MundoFox will also start out subscribed to Nielsen and guarantee ratings comparable to competitors, Silkworth says. It is also offering daypart guarantees.
And as a new network, it’s coming to the market with a slate of familiar programming from RCN that has drawn big ratings before.
“I don’t know that we’re seeing it as completely unproven,” Silkworth says. “It strengthens our marketplace to have more choices, especially when it’s a network coming on board that’s backed by News Corp.”
Conill’s Dennis also likes the network’s programming plans. “One of the things we hear from Hispanics oftentimes is that they would have watched more Spanishlanguage television if the production quality were a little bit higher,” he says.
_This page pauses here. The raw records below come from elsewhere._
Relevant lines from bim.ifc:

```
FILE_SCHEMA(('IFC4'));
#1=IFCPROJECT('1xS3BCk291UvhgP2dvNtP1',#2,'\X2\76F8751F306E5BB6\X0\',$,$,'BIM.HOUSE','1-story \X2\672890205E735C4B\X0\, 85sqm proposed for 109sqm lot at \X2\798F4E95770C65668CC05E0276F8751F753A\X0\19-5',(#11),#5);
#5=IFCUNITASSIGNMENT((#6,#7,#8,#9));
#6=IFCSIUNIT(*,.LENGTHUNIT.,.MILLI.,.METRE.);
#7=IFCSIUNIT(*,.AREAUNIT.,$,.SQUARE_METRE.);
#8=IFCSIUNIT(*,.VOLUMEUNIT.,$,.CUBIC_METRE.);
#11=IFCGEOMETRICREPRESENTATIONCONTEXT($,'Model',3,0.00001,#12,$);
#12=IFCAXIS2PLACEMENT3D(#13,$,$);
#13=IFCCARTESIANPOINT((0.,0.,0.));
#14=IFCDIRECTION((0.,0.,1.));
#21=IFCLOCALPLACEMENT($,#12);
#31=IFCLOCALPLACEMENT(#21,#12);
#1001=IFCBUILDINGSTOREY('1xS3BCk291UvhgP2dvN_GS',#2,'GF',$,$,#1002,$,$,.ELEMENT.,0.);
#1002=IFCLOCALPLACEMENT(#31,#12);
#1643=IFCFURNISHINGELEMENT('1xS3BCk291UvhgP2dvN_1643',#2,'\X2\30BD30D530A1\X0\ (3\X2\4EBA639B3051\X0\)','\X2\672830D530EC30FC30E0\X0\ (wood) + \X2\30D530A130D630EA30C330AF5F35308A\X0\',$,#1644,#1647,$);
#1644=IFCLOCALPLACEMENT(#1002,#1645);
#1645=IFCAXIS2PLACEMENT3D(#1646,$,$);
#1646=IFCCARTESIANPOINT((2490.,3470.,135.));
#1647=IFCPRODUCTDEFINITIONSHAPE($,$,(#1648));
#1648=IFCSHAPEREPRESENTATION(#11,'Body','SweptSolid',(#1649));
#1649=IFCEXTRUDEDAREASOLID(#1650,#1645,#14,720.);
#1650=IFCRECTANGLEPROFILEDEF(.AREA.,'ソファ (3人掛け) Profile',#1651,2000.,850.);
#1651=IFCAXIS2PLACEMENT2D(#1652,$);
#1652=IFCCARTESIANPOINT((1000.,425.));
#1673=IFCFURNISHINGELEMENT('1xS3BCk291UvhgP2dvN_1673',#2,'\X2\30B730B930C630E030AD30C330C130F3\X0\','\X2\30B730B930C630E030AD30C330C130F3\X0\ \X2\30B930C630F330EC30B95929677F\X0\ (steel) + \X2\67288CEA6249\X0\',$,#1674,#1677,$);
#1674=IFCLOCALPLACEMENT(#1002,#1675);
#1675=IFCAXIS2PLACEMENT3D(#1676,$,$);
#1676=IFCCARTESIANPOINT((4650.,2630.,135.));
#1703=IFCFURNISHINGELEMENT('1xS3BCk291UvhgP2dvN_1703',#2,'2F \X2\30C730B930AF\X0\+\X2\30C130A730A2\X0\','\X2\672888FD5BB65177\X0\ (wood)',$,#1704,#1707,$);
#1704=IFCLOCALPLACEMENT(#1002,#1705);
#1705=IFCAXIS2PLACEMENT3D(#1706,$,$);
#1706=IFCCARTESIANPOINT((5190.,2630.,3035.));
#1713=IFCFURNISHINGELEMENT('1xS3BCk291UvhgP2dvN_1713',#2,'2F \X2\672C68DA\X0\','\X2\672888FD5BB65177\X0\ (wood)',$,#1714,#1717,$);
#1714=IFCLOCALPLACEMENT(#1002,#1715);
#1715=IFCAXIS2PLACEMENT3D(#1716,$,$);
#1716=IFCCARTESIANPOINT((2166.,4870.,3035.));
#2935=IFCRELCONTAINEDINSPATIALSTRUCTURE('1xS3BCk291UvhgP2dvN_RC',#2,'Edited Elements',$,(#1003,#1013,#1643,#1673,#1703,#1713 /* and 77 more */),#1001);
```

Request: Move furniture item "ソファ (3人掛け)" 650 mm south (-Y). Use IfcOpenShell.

```python
import ifcopenshell
import ifcopenshell.api.geometry
import ifcopenshell.util.placement

model = ifcopenshell.open("bim.ifc")

item = model.by_id(1643)
matrix = ifcopenshell.util.placement.get_local_placement(item.ObjectPlacement)
matrix[1, 3] -= 650.0
ifcopenshell.api.geometry.edit_object_placement(model, product=item, matrix=matrix, is_si=False)

print(ifcopenshell.util.placement.get_local_placement(item.ObjectPlacement).round(3) + 0.0)

model.write("bim_edited.ifc")
```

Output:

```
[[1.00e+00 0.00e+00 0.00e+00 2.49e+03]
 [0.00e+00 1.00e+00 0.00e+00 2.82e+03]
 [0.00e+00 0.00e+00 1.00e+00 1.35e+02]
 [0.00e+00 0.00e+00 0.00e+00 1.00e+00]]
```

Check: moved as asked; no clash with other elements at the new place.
Dennis says MundoFox is looking for more ways to integrate clients with programming. “They’re very open to thinking about commercial time in a different way outside of the traditional 30-second, 15-second delivery systems,” he says.
Tom Maney, senior VP of advertising sales at Fox Hispanic Media, says MundoFox has aimed to work in a collaborative way with advertisers.
Maney says the network will start running advertising on Aug 12. The first spot belongs to 20th Century Fox for its film Won’t Back Down. “We’re doing some really innovative stuff with 20th Century Fox,” Maney says.
Upfront deals go into effect Oct. 1, but MundoFox will start running sponsors’ spots before that for free, Maney says: “We’re going to start to bonus them to say thank you.”